Changes will take effect after you restart your terminal session or run the file yourself.

GridFTP

GridFTP is supported by the archive. To transfer data to the archive by the gridFTP protocol you need to have access to the globus-url-copy command or uberftp. These clients are available on the grid user interface machine (ui.grid.surfsara.nl) and Snellius.

For information on how to obtain a (DigiCert) certificate, please refer to the Grid documentation on certificates.

Transfer data using Globus client

The globus client is installed on our Archive service and you can use the globus-url-copy tool for transferring data from the Archive. Globus-url-copy supports gsiftp: (GridFTP), ftp://, http://, https://, and file:/ protocol specifiers in the URL. For more technical guidance in using the globus-url-copy tool, please visit the globus client documentation page.

Connection of Grid Certificate to Archive usage 

To connect your grid certificate with the user account on the archive server you must contact the helpdesk of SURFsara and send them your distinguished name (DN) from your grid certificate If you followed the grid installation guide your certificate should be located in the {{cd $HOME/.globus}} folder in your UI account. To access the needed information login to the UI

ssh <username>@ui.grid.sara.nl

From UI initialize the proxy with:

voms-proxy-init --voms pvier

You will need to authenticate with the password you used to export the certificate. If this was successful you should be able to read out the DN information with the following command:

voms-proxy-info

Among much other information, you will find the line subject which will have a format similar to this

Issuer: /DC=org/DC=terena/DC=tcs/C=NL/O=<YourOrg> B.V./CN=<YourName> Your@mail.nl

Once you have this information send a mail to our helpdesk with this line and refer to GridFTP usage. Your connection will be set up.
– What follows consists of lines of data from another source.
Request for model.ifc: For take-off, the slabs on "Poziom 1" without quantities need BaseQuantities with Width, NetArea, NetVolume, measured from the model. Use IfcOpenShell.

First a look at what the model holds.

```python
import ifcopenshell
import ifcopenshell.util.element
import ifcopenshell.util.unit

model = ifcopenshell.open("model.ifc")
print(model.schema)
for unit_type in ("LENGTHUNIT", "AREAUNIT", "VOLUMEUNIT"):
    print(unit_type, ifcopenshell.util.unit.calculate_unit_scale(model, unit_type))
storey = next(s for s in model.by_type("IfcBuildingStorey") if s.Name == "Poziom 1")
slabs = [e for e in ifcopenshell.util.element.get_decomposition(storey) if e.is_a("IfcSlab")]
for e in sorted(slabs, key=lambda e: e.id()):
    print(e.id(), e.is_a(), e.Name, list(ifcopenshell.util.element.get_psets(e, qtos_only=True)), sep=" | ")
```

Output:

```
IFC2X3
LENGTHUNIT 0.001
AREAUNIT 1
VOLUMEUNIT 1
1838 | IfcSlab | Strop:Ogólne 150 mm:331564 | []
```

```python
import ifcopenshell
import ifcopenshell.api.pset
import ifcopenshell.geom
import ifcopenshell.util.element
import ifcopenshell.util.shape
import ifcopenshell.util.unit

model = ifcopenshell.open("model.ifc")
unit_scale = ifcopenshell.util.unit.calculate_unit_scale(model)
area_scale = ifcopenshell.util.unit.calculate_unit_scale(model, "AREAUNIT")
volume_scale = ifcopenshell.util.unit.calculate_unit_scale(model, "VOLUMEUNIT")
settings = ifcopenshell.geom.settings()

storey = next(s for s in model.by_type("IfcBuildingStorey") if s.Name == "Poziom 1")
slabs = [e for e in ifcopenshell.util.element.get_decomposition(storey) if e.is_a("IfcSlab")]

for e in sorted(slabs, key=lambda e: e.id()):
    if ifcopenshell.util.element.get_psets(e, qtos_only=True, should_inherit=False):
        continue
    # Geometry comes back in metres, in the element's own axes.
    shape = ifcopenshell.geom.create_shape(settings, e)
    values = {
        "Width": ifcopenshell.util.shape.get_z(shape.geometry) / unit_scale,
        "NetArea": ifcopenshell.util.shape.get_footprint_area(shape.geometry) / area_scale,
        "NetVolume": ifcopenshell.util.shape.get_volume(shape.geometry) / volume_scale,
    }
    qto = ifcopenshell.api.pset.add_qto(model, product=e, name="BaseQuantities")
    ifcopenshell.api.pset.edit_qto(model, qto=qto, properties=values)
    print(e.id(), {k: round(v, 3) for k, v in values.items()})

model.write("model_edited.ifc")
```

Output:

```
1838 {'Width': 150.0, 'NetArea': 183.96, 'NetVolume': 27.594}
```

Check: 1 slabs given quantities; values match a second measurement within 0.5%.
You will receive a mail when this is done. 

Usage of GridFTP

The Data Archive GridFTP server is: archive2.surfsara.nl Once you have the connection set, you can use the {{globus-url-copy}} command to list or transfer files to the Archive, i.e: List files in a directory: The Data Archive GridFTP server is: archive2.surfsara.nl Once you have the connection set up, you can use the globus-url-copy  command to list or transfer files to the Archive, i.e: List files in a directory:

globus-url-copy -list gsiftp://archive2.surfsara.nl/home/<username>/

Copy a data file from grid ui to archive:

globus-url-copy file:///home/<username>/<filename.tar> gsiftp://archive2.surfsara.nl/archive/<username>/<filename>

Use the -help function for more details

globus-url-copy -help

Please also read our guidelines for storing data and do not store small files.